TABLE-US-00003 TABLE 2* Pulverization Pulverizability Curability Mortar Compression Strength (N/mm.sup.2) Agent BL3100 Start (min.) Cured 1 day 3 day 7 day 28 day Con. 1 DEG 70.9 90 13.3 27.8 47.1 67.7 Con. 2 MDEA 70.3 100 13.2 26.6 46.5 70.8 Con. 3 DEIPA 76.5 105 12.8 27.6 50.6 71.8 Con. 4 TEA 73.6 115 14.1 26.8 45.1 69.8 Con. 5 TIPA 78.3 115 12.7 24.2 45.7 71.9 *Clinker B was used.

Embodiments 1 and 2, Comparative Examples 1 to 3

[0054] Various pulverization agents were added into the clinker A that was heated at 1350 degree Celsius, a lower temperature than that of the clinker B, to produce hydraulic compositions. The pulverization agents used, pulverizability, and properties of the hydraulic compositions are listed in Table 3.

TABLE-US-00004 TABLE 3* Pulverization Pulverizability Curability Mortar Compression Strength (N/mm.sup.2) Agent BL3100 Start (min.) Cured 1 day 3 day 7 day 28 day Em. 1 MDEA 68.0 75 11.5 27.8 47.0 69.8 Em. 2 DEIPA 72.6 60 11.4 27.4 48.2 70.3 Com. 1 DEG 68.2 100 13.0 29.5 45.1 63.0 Com. 2 TEA 73.6 90 13.8 30.9 46.1 65.4 Com. 3 TIPA 78.3 95 11.5 25.2 44.4 68.2 *Clinker A was used.

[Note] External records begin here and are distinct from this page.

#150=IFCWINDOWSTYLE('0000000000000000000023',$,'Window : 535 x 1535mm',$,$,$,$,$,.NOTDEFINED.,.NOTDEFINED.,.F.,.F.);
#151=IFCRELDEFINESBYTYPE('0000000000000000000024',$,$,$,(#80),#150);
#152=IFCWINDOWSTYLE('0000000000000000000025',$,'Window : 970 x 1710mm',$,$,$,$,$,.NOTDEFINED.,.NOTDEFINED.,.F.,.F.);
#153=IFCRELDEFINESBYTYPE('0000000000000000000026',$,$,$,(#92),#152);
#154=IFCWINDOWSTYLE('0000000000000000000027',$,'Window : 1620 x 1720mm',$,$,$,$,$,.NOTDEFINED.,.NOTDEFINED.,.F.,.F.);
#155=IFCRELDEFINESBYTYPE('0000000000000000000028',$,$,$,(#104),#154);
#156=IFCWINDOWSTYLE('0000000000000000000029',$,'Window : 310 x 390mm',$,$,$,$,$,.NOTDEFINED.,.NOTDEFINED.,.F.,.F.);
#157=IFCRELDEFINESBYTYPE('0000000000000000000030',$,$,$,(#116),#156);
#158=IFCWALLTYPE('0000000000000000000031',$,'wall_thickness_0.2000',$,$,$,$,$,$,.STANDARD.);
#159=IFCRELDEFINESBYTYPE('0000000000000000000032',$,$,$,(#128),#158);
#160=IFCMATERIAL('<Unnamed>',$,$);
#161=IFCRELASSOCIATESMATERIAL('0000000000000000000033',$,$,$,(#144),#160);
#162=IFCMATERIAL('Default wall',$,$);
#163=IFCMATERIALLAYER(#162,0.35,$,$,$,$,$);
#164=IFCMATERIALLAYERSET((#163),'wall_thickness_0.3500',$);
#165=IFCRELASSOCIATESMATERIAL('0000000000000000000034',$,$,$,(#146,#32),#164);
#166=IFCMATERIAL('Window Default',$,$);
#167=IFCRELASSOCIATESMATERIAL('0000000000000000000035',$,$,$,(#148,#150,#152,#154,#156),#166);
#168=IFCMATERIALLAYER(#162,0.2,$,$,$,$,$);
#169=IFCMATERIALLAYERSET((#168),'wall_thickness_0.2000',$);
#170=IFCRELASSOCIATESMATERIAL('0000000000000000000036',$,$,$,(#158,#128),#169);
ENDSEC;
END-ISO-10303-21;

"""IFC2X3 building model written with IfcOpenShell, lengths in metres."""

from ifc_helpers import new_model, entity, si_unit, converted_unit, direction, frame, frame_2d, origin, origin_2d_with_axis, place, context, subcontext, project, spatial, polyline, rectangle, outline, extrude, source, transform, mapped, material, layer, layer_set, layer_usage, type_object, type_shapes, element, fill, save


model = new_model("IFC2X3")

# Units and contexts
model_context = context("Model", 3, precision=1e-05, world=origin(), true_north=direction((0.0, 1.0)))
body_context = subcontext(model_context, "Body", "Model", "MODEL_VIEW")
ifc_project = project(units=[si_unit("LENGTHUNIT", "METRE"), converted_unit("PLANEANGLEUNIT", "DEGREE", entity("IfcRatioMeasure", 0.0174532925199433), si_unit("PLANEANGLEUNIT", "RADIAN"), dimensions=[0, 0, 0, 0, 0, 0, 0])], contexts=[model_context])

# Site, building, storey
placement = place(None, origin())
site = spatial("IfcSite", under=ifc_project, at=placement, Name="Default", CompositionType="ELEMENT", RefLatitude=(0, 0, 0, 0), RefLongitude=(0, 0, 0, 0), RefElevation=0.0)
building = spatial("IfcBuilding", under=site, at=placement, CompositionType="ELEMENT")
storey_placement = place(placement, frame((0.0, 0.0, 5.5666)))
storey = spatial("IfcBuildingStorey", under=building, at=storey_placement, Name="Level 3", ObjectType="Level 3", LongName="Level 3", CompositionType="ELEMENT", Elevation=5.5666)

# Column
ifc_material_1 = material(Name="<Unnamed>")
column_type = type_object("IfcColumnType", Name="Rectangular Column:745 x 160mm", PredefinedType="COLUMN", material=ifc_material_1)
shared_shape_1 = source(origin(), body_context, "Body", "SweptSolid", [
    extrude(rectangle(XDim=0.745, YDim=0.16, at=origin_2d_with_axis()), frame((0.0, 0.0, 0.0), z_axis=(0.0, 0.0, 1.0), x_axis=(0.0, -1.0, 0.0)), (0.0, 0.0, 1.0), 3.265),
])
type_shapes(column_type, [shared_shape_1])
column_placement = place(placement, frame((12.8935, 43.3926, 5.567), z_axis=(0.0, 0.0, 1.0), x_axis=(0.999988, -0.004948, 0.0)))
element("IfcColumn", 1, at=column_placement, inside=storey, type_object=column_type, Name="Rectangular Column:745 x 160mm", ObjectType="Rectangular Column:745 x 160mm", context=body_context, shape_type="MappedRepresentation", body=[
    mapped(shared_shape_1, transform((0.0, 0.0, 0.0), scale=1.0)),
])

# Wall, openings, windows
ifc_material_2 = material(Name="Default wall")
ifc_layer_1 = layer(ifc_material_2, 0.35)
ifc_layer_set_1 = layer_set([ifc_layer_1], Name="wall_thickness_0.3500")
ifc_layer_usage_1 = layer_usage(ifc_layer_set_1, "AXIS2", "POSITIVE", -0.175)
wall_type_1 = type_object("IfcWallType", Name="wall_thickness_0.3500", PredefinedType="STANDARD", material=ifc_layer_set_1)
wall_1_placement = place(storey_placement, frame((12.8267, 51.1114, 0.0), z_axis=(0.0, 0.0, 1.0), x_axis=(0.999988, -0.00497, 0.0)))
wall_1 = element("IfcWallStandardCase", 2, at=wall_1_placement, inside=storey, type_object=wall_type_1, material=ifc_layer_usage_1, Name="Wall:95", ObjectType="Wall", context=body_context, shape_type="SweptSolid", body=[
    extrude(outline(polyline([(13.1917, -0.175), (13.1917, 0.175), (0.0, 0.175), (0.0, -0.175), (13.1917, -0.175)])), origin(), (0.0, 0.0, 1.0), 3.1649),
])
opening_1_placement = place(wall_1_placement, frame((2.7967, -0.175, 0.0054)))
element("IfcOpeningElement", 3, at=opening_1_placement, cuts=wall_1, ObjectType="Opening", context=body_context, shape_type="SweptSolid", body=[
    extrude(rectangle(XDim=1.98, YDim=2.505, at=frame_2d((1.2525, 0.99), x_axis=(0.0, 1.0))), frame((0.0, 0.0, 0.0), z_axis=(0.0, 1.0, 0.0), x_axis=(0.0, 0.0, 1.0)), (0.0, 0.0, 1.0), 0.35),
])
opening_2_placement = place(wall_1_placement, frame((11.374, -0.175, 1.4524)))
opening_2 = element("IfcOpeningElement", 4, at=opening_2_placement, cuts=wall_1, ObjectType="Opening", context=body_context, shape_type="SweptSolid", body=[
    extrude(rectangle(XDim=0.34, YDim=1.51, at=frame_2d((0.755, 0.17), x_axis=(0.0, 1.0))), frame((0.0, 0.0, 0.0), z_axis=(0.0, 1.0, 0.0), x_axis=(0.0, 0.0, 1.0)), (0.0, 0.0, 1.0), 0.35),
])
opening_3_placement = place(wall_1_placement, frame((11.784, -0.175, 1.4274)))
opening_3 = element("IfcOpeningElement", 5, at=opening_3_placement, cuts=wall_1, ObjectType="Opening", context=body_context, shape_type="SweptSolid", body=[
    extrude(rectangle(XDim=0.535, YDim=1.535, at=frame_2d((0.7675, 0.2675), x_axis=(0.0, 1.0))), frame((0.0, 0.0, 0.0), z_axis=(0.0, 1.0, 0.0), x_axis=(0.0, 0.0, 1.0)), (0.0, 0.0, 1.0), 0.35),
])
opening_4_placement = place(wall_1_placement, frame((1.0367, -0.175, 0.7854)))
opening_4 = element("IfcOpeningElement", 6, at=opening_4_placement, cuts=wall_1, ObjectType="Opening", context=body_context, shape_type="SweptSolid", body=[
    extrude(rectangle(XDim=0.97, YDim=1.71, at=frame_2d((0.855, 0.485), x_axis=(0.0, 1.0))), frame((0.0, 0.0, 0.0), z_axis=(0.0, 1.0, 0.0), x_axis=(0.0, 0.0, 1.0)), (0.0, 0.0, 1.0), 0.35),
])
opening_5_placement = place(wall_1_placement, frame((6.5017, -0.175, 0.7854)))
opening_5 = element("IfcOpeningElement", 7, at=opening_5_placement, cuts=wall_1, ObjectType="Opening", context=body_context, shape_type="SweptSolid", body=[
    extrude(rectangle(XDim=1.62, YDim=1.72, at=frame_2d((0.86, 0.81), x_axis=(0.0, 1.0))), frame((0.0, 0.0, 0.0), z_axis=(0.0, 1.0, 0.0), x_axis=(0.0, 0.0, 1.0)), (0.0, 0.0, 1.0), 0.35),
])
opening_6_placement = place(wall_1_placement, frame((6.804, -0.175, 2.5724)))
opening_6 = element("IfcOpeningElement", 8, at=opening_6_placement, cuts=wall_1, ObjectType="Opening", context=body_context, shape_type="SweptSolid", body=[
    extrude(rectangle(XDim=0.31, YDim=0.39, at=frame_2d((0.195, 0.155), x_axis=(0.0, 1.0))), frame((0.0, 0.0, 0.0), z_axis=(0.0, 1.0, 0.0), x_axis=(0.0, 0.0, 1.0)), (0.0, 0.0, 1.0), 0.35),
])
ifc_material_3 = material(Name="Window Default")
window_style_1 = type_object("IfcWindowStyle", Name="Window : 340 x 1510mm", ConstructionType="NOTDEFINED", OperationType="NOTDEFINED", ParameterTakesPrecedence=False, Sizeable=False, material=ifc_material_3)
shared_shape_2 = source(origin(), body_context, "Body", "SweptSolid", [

[0055] As shown in Table 3, regarding the clinker A, when MDEA or DEIPA was used as the pulverization agent, the periods needed till the start of coagulation were shortened compared with other pulverization agents; the curability was improved. This tendency was not observed regarding the conventional clinker B (conventional examples in Table 2) and was a characteristic feature peculiar to the clinker A.

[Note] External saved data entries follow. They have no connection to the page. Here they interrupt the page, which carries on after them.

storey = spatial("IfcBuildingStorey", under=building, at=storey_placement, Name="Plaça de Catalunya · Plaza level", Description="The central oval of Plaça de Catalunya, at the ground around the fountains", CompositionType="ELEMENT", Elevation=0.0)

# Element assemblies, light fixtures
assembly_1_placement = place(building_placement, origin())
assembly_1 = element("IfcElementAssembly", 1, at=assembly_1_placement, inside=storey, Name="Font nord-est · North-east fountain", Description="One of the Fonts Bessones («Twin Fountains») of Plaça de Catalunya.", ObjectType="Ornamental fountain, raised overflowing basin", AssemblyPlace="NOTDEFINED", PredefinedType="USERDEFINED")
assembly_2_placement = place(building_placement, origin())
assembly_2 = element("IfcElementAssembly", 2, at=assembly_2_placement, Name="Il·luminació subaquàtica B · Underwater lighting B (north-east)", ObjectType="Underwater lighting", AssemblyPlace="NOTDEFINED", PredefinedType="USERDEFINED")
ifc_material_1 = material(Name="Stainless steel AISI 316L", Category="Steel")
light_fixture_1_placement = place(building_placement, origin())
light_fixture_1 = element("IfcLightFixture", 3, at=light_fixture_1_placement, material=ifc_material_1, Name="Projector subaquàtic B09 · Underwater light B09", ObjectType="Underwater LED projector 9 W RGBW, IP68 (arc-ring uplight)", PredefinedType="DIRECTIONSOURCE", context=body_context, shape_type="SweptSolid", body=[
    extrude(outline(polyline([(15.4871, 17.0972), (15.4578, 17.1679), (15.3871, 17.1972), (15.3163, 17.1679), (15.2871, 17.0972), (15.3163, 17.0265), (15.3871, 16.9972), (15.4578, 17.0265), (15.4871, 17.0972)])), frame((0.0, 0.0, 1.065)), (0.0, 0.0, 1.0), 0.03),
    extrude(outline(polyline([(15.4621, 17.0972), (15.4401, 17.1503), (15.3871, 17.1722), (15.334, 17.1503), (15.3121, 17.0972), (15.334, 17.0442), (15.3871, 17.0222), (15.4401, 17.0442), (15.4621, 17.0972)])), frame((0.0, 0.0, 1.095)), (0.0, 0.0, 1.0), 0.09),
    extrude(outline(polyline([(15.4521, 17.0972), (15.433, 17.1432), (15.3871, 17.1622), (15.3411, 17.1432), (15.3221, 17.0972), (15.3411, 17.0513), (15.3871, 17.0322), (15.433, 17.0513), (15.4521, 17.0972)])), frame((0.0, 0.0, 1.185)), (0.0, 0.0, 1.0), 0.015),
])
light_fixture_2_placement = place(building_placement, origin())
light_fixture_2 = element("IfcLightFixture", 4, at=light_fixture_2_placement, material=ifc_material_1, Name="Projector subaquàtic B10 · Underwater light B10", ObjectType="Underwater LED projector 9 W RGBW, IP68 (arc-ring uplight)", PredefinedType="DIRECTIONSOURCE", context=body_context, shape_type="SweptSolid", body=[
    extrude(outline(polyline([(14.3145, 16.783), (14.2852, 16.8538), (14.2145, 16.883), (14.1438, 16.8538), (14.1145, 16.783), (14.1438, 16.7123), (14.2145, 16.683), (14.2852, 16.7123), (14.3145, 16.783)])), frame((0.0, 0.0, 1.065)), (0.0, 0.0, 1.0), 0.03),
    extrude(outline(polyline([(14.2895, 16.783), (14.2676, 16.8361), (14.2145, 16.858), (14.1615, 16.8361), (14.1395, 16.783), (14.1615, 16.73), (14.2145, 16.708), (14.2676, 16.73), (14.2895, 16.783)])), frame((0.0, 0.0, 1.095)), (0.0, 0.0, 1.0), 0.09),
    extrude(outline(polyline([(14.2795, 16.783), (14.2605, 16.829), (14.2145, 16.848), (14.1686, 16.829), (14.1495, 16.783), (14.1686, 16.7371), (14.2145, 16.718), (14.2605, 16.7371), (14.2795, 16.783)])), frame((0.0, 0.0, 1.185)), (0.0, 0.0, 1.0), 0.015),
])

[0056] The compression strengths on the 28th day increased by 10% or more compared with DEG pulverization agent. The increase in the compression strengths was, however, 5 or 6% when MDEA or DEIPA was used to the clinker B. This indicates MDEA and DEIPA have significant strength improvement effects.

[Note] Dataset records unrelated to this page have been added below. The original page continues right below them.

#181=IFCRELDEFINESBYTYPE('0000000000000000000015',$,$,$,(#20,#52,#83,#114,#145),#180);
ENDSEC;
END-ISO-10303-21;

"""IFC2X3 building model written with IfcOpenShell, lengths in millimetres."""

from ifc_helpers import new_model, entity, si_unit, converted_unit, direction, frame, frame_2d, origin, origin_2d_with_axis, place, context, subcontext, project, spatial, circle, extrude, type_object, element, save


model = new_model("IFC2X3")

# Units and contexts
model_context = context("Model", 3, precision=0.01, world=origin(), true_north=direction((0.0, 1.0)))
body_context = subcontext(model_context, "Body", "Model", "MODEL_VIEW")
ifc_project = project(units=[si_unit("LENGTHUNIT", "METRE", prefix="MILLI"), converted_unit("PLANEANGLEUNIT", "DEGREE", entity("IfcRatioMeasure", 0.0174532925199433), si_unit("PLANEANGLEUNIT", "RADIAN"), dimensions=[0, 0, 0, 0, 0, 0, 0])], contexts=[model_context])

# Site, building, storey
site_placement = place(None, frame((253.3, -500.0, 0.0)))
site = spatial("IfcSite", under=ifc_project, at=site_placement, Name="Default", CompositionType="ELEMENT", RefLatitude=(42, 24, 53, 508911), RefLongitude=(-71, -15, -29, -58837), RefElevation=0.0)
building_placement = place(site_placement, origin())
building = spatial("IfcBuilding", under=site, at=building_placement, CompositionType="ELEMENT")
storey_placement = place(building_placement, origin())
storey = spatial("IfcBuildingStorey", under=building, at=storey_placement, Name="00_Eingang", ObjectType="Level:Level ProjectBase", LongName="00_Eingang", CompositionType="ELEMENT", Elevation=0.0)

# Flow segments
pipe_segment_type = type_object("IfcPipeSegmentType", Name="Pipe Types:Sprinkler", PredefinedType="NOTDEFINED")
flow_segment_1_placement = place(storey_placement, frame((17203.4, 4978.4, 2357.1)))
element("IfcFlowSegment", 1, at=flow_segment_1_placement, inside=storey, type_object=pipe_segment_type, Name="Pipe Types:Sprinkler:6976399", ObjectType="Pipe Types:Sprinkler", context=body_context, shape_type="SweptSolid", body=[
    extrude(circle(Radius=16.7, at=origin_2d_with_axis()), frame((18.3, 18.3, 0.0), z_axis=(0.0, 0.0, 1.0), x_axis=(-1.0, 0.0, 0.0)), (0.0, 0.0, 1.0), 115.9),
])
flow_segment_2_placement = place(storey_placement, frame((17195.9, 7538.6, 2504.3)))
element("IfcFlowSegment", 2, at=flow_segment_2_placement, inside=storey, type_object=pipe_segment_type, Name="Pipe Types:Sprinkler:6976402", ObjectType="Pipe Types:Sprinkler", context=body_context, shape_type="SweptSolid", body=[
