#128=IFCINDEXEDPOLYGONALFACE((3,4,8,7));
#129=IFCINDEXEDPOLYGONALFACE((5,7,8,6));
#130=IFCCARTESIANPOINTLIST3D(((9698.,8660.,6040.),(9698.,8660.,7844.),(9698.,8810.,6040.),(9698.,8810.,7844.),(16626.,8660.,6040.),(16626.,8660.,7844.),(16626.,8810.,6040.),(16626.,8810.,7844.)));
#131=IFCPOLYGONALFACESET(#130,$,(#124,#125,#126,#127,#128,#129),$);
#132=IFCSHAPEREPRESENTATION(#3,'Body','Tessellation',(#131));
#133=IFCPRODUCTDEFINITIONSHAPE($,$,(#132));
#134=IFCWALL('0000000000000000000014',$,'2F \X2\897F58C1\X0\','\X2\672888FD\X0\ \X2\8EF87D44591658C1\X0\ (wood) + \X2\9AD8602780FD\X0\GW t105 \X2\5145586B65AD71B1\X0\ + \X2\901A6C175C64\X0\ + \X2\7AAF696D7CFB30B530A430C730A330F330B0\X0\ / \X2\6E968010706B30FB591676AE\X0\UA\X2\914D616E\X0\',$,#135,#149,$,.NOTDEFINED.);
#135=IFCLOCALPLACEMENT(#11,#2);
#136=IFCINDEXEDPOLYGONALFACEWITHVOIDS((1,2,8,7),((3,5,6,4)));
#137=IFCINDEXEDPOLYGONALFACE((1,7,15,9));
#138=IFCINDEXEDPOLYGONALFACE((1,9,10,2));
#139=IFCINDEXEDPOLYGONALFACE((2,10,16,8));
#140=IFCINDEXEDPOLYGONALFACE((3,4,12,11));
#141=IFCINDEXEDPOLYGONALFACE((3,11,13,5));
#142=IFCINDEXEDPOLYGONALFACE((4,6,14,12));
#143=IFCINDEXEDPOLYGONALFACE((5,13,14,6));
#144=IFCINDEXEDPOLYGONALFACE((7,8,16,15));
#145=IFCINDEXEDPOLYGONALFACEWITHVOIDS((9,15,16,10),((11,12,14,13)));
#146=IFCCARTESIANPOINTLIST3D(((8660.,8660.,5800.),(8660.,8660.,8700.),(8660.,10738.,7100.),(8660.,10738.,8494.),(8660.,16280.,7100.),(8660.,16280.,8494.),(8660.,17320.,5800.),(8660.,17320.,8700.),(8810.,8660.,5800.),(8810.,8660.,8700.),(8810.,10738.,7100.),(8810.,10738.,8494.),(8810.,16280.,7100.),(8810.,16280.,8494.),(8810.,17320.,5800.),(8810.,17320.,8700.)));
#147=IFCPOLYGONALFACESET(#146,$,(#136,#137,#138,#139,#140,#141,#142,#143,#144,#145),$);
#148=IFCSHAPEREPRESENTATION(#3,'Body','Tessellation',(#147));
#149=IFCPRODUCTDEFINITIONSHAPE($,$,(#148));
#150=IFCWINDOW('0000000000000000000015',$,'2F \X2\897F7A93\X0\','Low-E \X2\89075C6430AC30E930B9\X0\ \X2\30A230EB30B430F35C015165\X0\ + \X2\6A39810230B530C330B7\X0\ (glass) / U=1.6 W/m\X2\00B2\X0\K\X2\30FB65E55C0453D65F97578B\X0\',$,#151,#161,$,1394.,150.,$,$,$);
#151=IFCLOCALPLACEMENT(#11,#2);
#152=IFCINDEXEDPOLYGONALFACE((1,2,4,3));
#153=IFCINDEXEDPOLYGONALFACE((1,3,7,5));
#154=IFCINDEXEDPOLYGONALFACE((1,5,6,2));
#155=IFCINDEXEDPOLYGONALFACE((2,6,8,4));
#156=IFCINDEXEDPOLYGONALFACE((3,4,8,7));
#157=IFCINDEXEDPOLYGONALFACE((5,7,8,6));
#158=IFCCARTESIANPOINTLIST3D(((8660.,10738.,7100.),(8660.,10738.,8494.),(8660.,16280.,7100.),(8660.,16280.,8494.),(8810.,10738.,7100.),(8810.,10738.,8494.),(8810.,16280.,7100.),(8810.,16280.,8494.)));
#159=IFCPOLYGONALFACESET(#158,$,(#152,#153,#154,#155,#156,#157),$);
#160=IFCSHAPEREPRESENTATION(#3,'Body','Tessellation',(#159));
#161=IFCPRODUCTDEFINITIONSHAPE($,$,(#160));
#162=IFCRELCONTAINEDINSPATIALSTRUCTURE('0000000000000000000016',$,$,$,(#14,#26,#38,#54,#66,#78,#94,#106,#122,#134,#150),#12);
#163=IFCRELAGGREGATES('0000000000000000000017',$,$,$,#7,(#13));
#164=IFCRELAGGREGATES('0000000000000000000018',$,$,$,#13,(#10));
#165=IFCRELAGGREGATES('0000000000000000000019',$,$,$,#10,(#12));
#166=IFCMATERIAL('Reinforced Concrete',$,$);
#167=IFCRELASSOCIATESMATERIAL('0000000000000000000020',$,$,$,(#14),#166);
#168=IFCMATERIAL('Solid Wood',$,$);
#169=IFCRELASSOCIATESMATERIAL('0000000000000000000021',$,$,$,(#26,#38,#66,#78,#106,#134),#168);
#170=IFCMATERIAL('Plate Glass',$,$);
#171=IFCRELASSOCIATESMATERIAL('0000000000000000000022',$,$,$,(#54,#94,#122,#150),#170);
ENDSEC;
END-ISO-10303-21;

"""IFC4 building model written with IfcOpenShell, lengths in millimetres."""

[0057] Moreover, when MDEA was used as the pulverization agent, the pulverizability was very good. While the chemical structure of TEA (tri-ethanol-amine) is intermediate between those of MDEA (N-methyl-di-ethanol-amine) and DEIPA (di-ethanol-isopropanol-amine), however, regarding the clinker A, MDEA and DEIPA have remarkably different properties in the curability and the strength on the 28th day from those of TEA (Table 3). On the contrary, regarding the clinker B, there are no remarkable differences between MDEA and DEIPA, and TEA as the pulverization agents (Table 2). Thus, MDEA and DEIPA are specifically effective pulverization agents for the clinker B.